Winters has her hands full, in the first act, with Marvin and Holliman (despite not having many scenes with them). Died has that weird structure I mentioned earlier. The first and second acts almost overlap because two such distinct things are going on. There’s Marvin, Holliman, Winters, and inside man at the resort Perry Lopez goofing off at the cabins, then there’s Los Angeles with Chaney and Millican, but also kindly old folks Moody and Carey (not to mention Nelson). When they’re finally gearing up to pull the heist, there’s a shock because there’s been no expectation of seeing Holliman or Marvin actually having to participate. They seem way too passive, not just in their behavior, but also in how the film positions them.

Though, actually, they’re in the background of the heist, just like they’re in the background of Palance and Winters. So it seems Heisler and Burnett agree. Or just didn’t want them in the way during the heist, which is fine. Marvin and Holliman are fine, but they’re not interesting to watch. Palance, Winters, even someone with a lesser performance like Nelson or Millican… they’re interesting to watch. A lot of Died takes place outside, often on location, and the film just feels more natural outdoors—another irony given the ending. Heisler rarely has ambitious shots outside the location shooting, but he and cinematographer Ted D. McCord succeed with that location shooting so credit there—but he’s more interested in the cute puppy than the relationship between aging career criminal Palance and girl with a past Winters, though Heisler does perk up a little once they’re making face. Because Winters falls hard for Palance. He’s a big tough guy who occasionally poetically describes the human condition and likes puppies and is kind to old people.

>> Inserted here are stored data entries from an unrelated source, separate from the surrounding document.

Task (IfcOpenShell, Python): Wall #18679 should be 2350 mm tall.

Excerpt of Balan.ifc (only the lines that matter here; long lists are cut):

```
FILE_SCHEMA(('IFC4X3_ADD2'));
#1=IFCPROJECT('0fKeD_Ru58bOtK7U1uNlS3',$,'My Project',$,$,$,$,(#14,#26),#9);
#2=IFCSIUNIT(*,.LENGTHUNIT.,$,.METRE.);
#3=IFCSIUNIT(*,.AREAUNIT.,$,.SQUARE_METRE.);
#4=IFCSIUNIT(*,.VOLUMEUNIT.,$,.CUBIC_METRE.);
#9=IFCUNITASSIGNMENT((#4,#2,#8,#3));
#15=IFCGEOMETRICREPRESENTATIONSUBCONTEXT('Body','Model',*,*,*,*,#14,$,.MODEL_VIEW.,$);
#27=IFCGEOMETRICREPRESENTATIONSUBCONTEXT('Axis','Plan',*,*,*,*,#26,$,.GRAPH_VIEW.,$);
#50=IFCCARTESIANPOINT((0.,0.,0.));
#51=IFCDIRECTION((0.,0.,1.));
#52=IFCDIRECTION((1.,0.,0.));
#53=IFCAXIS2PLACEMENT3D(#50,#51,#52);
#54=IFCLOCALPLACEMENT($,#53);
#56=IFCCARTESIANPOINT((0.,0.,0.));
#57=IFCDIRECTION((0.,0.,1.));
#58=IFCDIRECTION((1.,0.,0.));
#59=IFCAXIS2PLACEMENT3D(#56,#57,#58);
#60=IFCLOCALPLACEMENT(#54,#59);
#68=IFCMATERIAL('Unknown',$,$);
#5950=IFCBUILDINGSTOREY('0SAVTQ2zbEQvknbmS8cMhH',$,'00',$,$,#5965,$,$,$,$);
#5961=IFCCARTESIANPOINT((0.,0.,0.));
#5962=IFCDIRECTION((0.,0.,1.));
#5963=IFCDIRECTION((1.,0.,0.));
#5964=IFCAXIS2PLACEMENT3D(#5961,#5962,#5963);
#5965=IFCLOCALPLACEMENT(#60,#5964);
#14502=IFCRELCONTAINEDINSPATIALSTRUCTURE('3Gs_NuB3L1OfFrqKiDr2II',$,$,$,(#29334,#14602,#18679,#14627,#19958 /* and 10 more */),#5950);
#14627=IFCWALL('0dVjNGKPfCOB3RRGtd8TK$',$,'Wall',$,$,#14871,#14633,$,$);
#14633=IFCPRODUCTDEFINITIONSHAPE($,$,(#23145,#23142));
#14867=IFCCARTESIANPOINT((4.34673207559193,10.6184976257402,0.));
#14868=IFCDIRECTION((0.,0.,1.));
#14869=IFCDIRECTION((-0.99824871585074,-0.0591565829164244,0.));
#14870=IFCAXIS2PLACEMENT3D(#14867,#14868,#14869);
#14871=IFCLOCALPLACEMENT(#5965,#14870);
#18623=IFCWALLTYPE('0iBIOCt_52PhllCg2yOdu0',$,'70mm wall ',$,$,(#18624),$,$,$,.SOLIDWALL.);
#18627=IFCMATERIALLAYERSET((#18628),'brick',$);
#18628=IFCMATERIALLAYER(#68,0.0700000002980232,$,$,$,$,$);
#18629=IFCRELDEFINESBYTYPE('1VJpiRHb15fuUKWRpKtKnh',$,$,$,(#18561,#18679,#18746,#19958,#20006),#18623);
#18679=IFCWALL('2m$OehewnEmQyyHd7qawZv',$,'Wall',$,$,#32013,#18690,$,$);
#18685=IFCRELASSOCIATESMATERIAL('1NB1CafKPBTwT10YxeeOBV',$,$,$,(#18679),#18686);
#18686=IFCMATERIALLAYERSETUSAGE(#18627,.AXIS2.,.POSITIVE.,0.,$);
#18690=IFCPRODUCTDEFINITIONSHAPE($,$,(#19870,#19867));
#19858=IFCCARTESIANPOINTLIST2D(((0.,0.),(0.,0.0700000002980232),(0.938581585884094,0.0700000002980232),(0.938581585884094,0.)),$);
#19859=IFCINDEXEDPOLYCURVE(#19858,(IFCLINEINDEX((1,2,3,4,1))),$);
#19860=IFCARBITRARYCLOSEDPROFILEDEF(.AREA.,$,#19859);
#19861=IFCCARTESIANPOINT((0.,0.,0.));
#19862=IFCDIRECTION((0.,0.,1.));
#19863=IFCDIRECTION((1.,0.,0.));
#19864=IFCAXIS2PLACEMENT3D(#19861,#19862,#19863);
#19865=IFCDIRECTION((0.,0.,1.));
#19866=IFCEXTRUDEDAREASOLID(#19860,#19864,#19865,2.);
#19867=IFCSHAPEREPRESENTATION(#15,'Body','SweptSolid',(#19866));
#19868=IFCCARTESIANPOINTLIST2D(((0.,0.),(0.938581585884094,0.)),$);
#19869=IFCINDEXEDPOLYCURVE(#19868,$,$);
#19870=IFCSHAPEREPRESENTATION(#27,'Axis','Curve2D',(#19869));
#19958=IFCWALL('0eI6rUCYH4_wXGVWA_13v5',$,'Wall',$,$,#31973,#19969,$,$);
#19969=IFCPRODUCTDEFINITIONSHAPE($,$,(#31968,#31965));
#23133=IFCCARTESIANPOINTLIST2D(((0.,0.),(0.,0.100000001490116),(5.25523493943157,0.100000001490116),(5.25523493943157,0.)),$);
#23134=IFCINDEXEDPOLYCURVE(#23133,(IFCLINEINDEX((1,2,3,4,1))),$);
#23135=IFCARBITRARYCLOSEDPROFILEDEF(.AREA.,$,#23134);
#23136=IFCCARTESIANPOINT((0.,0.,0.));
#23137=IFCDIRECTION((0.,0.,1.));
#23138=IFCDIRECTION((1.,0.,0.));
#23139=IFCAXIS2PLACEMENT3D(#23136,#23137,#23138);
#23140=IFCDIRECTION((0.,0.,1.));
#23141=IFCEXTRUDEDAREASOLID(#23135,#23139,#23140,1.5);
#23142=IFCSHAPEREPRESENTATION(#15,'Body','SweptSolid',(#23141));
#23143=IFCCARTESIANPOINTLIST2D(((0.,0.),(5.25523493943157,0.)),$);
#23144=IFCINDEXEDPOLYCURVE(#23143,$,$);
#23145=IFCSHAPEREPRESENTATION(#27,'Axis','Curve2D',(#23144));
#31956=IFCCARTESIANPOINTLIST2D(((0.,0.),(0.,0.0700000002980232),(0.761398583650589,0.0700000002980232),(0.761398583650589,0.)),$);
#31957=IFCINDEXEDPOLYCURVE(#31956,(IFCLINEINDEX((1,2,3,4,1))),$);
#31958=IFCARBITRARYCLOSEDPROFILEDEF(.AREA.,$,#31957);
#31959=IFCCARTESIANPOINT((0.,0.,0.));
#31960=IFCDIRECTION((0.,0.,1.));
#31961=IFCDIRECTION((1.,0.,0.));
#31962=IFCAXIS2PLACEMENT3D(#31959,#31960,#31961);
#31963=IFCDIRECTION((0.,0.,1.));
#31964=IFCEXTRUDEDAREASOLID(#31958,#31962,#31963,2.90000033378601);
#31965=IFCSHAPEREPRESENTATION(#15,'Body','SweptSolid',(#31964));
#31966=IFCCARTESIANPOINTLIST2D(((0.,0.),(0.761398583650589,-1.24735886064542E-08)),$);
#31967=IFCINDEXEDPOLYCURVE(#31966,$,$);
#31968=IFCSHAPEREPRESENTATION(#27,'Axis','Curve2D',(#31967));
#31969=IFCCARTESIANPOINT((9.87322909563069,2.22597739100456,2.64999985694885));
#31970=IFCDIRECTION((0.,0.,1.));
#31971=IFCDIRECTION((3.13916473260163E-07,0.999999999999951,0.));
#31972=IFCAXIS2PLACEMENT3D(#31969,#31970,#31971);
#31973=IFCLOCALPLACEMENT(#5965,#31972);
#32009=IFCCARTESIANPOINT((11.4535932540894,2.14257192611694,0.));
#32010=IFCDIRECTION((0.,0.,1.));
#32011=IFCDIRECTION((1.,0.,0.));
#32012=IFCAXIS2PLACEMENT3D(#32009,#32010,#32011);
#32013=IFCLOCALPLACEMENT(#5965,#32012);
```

```python
import ifcopenshell
import ifcopenshell.geom
import ifcopenshell.util.representation
import ifcopenshell.util.shape

model = ifcopenshell.open("Balan.ifc")
settings = ifcopenshell.geom.settings()


def volume(element):
    """Net volume in cubic metres, openings subtracted."""
    shape = ifcopenshell.geom.create_shape(settings, element)
    return ifcopenshell.util.shape.get_volume(shape.geometry)


wall = model.by_guid("2m$OehewnEmQyyHd7qawZv")
before = volume(wall)

body = ifcopenshell.util.representation.get_representation(wall, "Model", "Body")
solid = body.Items[0]
old_height = solid.Depth
solid.Depth = 2.35
after = volume(wall)

print(f"height {old_height:g} -> {solid.Depth:g}, volume {before:.3f} -> {after:.3f} m3")

model.write("Balan_rev.ifc")
```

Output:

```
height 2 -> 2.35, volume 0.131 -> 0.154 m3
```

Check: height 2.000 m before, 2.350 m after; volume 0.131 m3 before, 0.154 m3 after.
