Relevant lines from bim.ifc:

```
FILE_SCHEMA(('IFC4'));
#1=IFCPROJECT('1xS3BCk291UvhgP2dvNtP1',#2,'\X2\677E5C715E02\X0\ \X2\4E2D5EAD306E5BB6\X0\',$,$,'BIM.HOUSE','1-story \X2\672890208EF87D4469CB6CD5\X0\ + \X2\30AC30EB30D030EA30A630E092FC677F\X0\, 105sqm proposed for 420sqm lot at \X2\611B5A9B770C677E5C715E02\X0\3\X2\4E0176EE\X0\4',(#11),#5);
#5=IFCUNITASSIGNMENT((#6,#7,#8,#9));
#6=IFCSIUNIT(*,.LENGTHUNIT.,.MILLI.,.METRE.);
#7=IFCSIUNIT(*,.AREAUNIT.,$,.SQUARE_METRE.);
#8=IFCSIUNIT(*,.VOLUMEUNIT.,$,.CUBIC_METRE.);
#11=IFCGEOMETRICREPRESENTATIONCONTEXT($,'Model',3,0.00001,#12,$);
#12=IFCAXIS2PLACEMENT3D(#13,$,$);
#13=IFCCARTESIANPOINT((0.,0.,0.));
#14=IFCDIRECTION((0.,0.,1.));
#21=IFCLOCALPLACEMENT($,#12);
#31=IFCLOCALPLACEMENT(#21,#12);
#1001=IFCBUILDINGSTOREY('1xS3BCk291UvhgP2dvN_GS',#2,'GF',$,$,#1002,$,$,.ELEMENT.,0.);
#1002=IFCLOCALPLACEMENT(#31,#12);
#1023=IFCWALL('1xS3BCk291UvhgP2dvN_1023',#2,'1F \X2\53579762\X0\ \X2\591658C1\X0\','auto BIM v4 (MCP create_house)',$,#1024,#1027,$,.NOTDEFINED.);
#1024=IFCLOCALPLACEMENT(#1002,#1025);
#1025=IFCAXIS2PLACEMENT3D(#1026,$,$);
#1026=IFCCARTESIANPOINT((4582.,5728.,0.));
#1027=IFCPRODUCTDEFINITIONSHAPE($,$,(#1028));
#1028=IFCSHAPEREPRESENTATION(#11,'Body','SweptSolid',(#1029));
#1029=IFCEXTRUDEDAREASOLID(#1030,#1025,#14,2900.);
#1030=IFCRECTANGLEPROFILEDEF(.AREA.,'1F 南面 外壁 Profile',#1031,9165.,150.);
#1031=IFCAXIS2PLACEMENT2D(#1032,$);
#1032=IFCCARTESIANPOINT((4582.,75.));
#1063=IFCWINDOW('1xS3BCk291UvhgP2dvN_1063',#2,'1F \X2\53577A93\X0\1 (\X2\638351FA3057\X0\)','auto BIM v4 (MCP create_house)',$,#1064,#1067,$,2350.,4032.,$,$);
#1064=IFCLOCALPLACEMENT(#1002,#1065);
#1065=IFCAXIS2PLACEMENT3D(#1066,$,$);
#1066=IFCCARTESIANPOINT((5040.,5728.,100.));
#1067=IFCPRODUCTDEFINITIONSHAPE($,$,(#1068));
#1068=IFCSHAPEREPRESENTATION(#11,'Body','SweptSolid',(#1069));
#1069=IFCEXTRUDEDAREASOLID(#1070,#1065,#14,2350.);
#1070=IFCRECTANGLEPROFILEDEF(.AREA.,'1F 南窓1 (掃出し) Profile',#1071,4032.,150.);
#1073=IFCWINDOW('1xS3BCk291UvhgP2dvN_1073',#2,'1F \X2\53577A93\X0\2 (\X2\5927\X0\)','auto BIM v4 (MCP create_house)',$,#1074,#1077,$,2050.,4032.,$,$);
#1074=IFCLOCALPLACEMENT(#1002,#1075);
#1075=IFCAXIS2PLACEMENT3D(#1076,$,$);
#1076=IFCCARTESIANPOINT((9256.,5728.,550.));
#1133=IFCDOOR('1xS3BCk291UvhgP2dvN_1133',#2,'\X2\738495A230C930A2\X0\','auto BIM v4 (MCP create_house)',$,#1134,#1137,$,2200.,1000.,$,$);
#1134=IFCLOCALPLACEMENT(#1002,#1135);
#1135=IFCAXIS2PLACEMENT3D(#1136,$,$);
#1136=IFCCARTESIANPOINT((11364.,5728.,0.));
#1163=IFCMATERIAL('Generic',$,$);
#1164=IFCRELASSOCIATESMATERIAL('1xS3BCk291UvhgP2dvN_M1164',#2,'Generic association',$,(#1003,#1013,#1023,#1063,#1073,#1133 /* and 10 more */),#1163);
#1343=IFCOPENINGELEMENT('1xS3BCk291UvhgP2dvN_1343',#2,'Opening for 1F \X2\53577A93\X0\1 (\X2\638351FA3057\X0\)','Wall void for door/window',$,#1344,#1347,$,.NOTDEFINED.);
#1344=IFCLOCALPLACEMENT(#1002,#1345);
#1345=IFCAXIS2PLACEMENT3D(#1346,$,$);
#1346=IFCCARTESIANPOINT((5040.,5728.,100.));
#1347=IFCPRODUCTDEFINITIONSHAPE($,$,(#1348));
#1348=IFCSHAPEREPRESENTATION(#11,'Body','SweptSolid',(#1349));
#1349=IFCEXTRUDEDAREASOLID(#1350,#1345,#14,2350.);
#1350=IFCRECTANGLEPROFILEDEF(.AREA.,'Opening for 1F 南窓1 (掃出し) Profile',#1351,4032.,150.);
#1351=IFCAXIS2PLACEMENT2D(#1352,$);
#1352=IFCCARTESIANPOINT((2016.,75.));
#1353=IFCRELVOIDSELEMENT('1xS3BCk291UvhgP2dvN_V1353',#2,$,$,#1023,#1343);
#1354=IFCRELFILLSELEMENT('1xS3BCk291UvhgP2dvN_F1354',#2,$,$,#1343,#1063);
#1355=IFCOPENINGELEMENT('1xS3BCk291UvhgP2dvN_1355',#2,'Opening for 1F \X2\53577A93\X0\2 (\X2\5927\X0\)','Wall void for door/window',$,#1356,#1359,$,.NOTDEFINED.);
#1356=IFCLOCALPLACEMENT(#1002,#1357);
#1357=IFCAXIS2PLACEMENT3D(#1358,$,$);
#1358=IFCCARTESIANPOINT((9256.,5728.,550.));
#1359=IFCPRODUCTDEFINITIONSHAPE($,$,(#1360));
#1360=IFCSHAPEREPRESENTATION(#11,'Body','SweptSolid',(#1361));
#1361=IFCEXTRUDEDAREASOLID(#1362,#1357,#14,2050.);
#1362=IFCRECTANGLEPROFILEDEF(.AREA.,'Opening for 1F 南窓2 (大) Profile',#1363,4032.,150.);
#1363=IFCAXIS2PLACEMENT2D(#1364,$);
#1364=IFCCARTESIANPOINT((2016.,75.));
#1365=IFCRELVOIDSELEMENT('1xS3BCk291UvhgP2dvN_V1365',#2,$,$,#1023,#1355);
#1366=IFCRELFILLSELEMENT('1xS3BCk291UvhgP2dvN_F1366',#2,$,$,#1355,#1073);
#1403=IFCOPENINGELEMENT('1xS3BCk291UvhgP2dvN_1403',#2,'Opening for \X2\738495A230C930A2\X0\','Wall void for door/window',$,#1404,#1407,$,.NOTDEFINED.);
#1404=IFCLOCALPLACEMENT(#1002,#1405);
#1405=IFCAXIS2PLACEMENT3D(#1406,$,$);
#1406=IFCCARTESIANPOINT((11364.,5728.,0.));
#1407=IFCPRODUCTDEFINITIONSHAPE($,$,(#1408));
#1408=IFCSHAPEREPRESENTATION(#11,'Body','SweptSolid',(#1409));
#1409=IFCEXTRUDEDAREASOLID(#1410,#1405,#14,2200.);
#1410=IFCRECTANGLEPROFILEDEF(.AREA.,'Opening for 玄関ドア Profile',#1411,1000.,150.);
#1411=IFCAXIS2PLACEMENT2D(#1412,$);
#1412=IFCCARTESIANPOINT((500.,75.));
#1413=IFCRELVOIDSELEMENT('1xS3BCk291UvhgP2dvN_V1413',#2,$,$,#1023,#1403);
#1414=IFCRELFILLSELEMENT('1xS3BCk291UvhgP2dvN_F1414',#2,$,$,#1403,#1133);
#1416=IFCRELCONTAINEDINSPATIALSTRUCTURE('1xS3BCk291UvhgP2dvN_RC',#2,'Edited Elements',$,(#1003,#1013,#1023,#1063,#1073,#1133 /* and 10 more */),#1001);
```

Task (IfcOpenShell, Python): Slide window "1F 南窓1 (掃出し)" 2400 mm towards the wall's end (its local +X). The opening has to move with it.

```python
import ifcopenshell
import ifcopenshell.api.geometry
import ifcopenshell.util.placement
import ifcopenshell.util.unit

model = ifcopenshell.open("bim.ifc")
unit_scale = ifcopenshell.util.unit.calculate_unit_scale(model)

window = model.by_guid("1xS3BCk291UvhgP2dvN_1063")
opening = window.FillsVoids[0].RelatingOpeningElement
wall = opening.VoidsElements[0].RelatingBuildingElement

wall_matrix = ifcopenshell.util.placement.get_local_placement(wall.ObjectPlacement)
shift = wall_matrix[:3, 0] * 2.4 / unit_scale
before = ifcopenshell.util.placement.get_local_placement(window.ObjectPlacement)[:3, 3].copy()

# The window is not placed relative to its opening, so move both.
for product in (opening, window):
    matrix = ifcopenshell.util.placement.get_local_placement(product.ObjectPlacement)
    matrix[:3, 3] += shift
    ifcopenshell.api.geometry.edit_object_placement(model, product=product, matrix=matrix, is_si=False)

after = ifcopenshell.util.placement.get_local_placement(window.ObjectPlacement)[:3, 3]
print("window moved by", (after - before).round(3) + 0.0)

model.write("bim_v2.ifc")
```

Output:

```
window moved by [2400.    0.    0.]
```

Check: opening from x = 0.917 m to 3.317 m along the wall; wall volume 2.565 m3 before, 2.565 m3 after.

Winters doesn’t get the best part. Like, her exposition feels like it’s been given a G rating when it needs to be an NC-17. Because 1955. But Winters gets it across. The strongest thing, which the film doesn’t pursue, is how Winters interacts with Palance after she’s realized he’s a sweetie. The end fails the hell out of her too. It’s a real bummer.

I Died a Thousand Times—which actually makes no sense as a title since Chaney at one point talks about how you can “only die once”—really needs a better third act. It’s not even as competent, technically speaking, as it ought to be. Because it’s foreshadowed from the first or second scene, only in a really obvious way where they shouldn’t have really gone for it. Especially not since there’s another bookending device sitting there available, apparently just a passive addition to serve the plot but with a lot more possibility than the actual ending.

Is it worth seeing? Yeah. If it had a solid ending, it would’ve given Palance an amazing lead performance and possibly a great supporting one for Winters. It’s just… a real bummer.

1.5/4★½

CREDITS

Directed by Stuart Heisler; written by W.R. Burnett; director of photography, Ted D. McCord; edited by Clarence Kolster; music by David Buttolph; produced by Willis Goldbeck; released by Warner Bros.

Starring Jack Palance (Roy Earle), Shelley Winters (Marie Garson), Lon Chaney Jr. (Big Mac), Earl Holliman (Red), Lee Marvin (Babe Kossuck), Ralph Moody (Pa Goodhue), Olive Carey (Ma Goodhue), Lori Nelson (Velma), Perry Lopez (Louis Mendoza), Howard St. John (Doc Banton), James Millican (Jack Kranmer), and Pedro Gonzalez Gonzalez (Chico).